Seminar: Rethinking AI Systems Through Efficient Model Communication
Yuhan Liu
PhD Student
University of Chicago
Monday, February 23, 2026
9:30 - 10:30 a.m.
1100 Torgersen Hall
Abstract
For decades, AI models interacted with humans directly through human-centric inputs and outputs. Today, they are used much more ubiquitously and often interact through complex software systems, interacting with other models or software rather than directly with humans. This paradigm shift raises a natural question: can models interact with other models and software using model-native languages?

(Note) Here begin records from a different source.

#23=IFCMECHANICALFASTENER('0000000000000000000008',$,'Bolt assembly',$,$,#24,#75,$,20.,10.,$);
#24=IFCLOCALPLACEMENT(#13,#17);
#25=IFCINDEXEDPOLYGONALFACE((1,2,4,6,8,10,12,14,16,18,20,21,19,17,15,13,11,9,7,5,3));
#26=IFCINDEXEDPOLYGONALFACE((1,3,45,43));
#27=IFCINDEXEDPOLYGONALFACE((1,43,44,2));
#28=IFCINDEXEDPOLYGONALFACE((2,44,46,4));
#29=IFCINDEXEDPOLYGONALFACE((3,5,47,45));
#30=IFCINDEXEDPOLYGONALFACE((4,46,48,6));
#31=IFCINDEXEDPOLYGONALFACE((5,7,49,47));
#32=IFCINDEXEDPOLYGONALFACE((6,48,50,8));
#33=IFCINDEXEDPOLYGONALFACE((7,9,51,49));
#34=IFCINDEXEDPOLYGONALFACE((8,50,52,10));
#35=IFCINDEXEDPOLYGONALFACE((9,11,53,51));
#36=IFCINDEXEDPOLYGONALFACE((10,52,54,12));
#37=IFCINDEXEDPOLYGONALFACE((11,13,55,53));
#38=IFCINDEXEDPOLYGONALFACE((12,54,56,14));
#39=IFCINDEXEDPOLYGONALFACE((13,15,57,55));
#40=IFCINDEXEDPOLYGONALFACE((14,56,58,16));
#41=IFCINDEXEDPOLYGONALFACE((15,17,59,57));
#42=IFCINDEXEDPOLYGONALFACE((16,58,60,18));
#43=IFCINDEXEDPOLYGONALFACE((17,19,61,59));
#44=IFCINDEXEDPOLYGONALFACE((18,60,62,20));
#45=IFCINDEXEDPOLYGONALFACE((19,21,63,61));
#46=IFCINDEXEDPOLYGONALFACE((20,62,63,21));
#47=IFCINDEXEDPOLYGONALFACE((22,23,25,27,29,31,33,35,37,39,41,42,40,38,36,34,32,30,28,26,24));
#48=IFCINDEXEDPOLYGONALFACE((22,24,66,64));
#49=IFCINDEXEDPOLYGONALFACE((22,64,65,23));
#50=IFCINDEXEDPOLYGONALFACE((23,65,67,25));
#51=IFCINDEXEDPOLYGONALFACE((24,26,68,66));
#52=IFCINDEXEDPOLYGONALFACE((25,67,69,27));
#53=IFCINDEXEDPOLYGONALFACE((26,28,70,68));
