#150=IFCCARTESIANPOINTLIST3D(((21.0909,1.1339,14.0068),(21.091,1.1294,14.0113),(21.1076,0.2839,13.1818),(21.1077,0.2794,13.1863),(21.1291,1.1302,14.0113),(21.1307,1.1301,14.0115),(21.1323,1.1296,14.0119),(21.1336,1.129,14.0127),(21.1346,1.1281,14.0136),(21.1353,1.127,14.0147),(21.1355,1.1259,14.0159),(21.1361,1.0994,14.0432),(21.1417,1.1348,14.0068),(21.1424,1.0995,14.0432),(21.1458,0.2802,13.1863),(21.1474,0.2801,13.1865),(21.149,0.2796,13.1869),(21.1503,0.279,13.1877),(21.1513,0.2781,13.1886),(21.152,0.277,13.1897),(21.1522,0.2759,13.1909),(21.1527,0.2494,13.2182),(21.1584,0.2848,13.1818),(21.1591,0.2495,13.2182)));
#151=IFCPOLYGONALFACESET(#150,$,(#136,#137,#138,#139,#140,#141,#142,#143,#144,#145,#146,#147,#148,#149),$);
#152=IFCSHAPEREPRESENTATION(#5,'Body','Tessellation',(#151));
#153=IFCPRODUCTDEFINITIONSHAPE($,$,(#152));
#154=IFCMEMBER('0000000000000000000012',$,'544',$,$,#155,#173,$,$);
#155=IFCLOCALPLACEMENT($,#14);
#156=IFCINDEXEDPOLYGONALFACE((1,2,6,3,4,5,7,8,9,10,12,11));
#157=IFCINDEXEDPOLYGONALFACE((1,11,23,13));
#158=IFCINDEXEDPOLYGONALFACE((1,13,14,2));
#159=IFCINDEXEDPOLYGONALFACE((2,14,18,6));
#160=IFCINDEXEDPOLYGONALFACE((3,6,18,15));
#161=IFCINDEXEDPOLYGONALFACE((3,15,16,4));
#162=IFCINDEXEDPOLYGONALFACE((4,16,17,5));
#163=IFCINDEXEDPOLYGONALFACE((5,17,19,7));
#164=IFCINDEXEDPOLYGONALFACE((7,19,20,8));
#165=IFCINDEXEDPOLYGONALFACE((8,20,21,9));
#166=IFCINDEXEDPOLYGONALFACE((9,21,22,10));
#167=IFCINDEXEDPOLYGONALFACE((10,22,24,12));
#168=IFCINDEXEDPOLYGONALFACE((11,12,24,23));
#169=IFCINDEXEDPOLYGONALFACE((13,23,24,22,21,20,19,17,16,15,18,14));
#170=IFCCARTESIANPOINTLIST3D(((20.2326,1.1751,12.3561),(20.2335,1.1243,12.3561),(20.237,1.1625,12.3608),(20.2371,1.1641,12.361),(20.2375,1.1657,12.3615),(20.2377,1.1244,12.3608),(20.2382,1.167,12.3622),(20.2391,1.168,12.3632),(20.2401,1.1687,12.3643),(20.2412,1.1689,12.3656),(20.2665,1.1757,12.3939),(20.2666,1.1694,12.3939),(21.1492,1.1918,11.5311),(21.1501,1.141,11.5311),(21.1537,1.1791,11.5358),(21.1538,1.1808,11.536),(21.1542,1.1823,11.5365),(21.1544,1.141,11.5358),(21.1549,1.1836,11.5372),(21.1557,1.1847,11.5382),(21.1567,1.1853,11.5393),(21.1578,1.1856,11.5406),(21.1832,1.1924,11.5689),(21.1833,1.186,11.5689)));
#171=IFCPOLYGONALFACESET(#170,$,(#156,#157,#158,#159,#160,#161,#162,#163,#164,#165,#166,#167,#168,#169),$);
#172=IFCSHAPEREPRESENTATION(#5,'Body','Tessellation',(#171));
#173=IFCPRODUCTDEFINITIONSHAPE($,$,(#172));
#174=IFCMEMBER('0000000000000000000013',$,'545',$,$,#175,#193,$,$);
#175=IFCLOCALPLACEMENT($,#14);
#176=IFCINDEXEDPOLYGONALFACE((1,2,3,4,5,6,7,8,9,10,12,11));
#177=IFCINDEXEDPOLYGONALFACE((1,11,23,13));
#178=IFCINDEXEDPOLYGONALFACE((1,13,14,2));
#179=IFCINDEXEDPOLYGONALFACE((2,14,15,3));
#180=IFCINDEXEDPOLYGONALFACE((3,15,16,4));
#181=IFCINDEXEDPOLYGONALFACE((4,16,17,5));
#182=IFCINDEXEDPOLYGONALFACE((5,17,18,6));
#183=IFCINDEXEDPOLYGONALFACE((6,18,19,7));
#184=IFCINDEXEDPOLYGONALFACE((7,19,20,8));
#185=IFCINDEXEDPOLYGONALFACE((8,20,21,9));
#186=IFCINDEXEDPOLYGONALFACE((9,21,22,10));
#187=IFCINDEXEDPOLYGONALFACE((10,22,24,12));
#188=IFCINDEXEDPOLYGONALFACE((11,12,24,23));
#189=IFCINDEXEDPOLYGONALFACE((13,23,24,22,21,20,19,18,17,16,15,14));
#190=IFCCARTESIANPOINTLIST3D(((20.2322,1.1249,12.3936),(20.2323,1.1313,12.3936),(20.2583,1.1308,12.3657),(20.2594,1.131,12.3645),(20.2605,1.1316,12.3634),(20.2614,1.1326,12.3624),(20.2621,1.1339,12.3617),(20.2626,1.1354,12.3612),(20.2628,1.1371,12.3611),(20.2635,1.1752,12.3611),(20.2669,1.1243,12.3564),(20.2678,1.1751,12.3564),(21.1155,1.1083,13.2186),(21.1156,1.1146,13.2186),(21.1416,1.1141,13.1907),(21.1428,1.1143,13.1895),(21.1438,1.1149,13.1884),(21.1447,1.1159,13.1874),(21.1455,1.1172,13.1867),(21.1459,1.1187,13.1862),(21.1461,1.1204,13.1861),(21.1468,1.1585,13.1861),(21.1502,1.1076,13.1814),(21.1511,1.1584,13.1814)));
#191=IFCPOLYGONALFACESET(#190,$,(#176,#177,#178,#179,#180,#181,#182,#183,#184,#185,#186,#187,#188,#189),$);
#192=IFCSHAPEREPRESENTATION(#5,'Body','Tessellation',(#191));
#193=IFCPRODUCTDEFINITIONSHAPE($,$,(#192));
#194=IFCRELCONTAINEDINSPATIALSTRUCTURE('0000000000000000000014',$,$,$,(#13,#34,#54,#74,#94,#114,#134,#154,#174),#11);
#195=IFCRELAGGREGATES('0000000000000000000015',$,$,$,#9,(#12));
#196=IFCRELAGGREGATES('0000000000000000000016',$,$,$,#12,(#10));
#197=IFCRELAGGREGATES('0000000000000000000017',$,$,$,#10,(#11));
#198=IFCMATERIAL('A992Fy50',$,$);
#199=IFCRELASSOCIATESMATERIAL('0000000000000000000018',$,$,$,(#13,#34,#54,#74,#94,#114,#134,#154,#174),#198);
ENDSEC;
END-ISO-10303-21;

In this talk, I will present my work on facilitating model-native interactions among models and between models and software. To enable more efficient and practical model interactions using model-native states (i.e., KV cache) in LLM systems, my work CacheGen is the first system to share KV cache across different user queries by compressing it into compact bitstreams, and my work DroidSpeak is the first system to share KV cache across different models. My research made real-world impacts via the open-source project, LMCache, widely used in production by top-tier AI companies. Together, these works make LLM inference 5–10× faster than state-of-the-art inference engines. To enable more accurate model-to-software communication, my work ChameleonAPI encodes software code structure into model-native loss functions, allowing models to be retrained for up to 43% higher application-level accuracy in vision applications.
Biography
Yuhan Liu is a final-year PhD student at the University of Chicago, co-advised by Junchen Jiang and Shan Lu. Her research interest is in building efficient large-scale system and networking support for ML model inference. Her works appeared in top computer system/networking conferences, such as OSDI, SIGCOMM, NSDI. She received MIT EECS rising star, EuroSys best paper award, and UChicago’s Neubauer PhD fellowship for her research. She also leads two open-source projects that build large-scale KV caching layer for efficient LLM inference, and are used in over 30 companies in production, including Google Cloud, Amazon AWS, NVIDIA, IBM etc.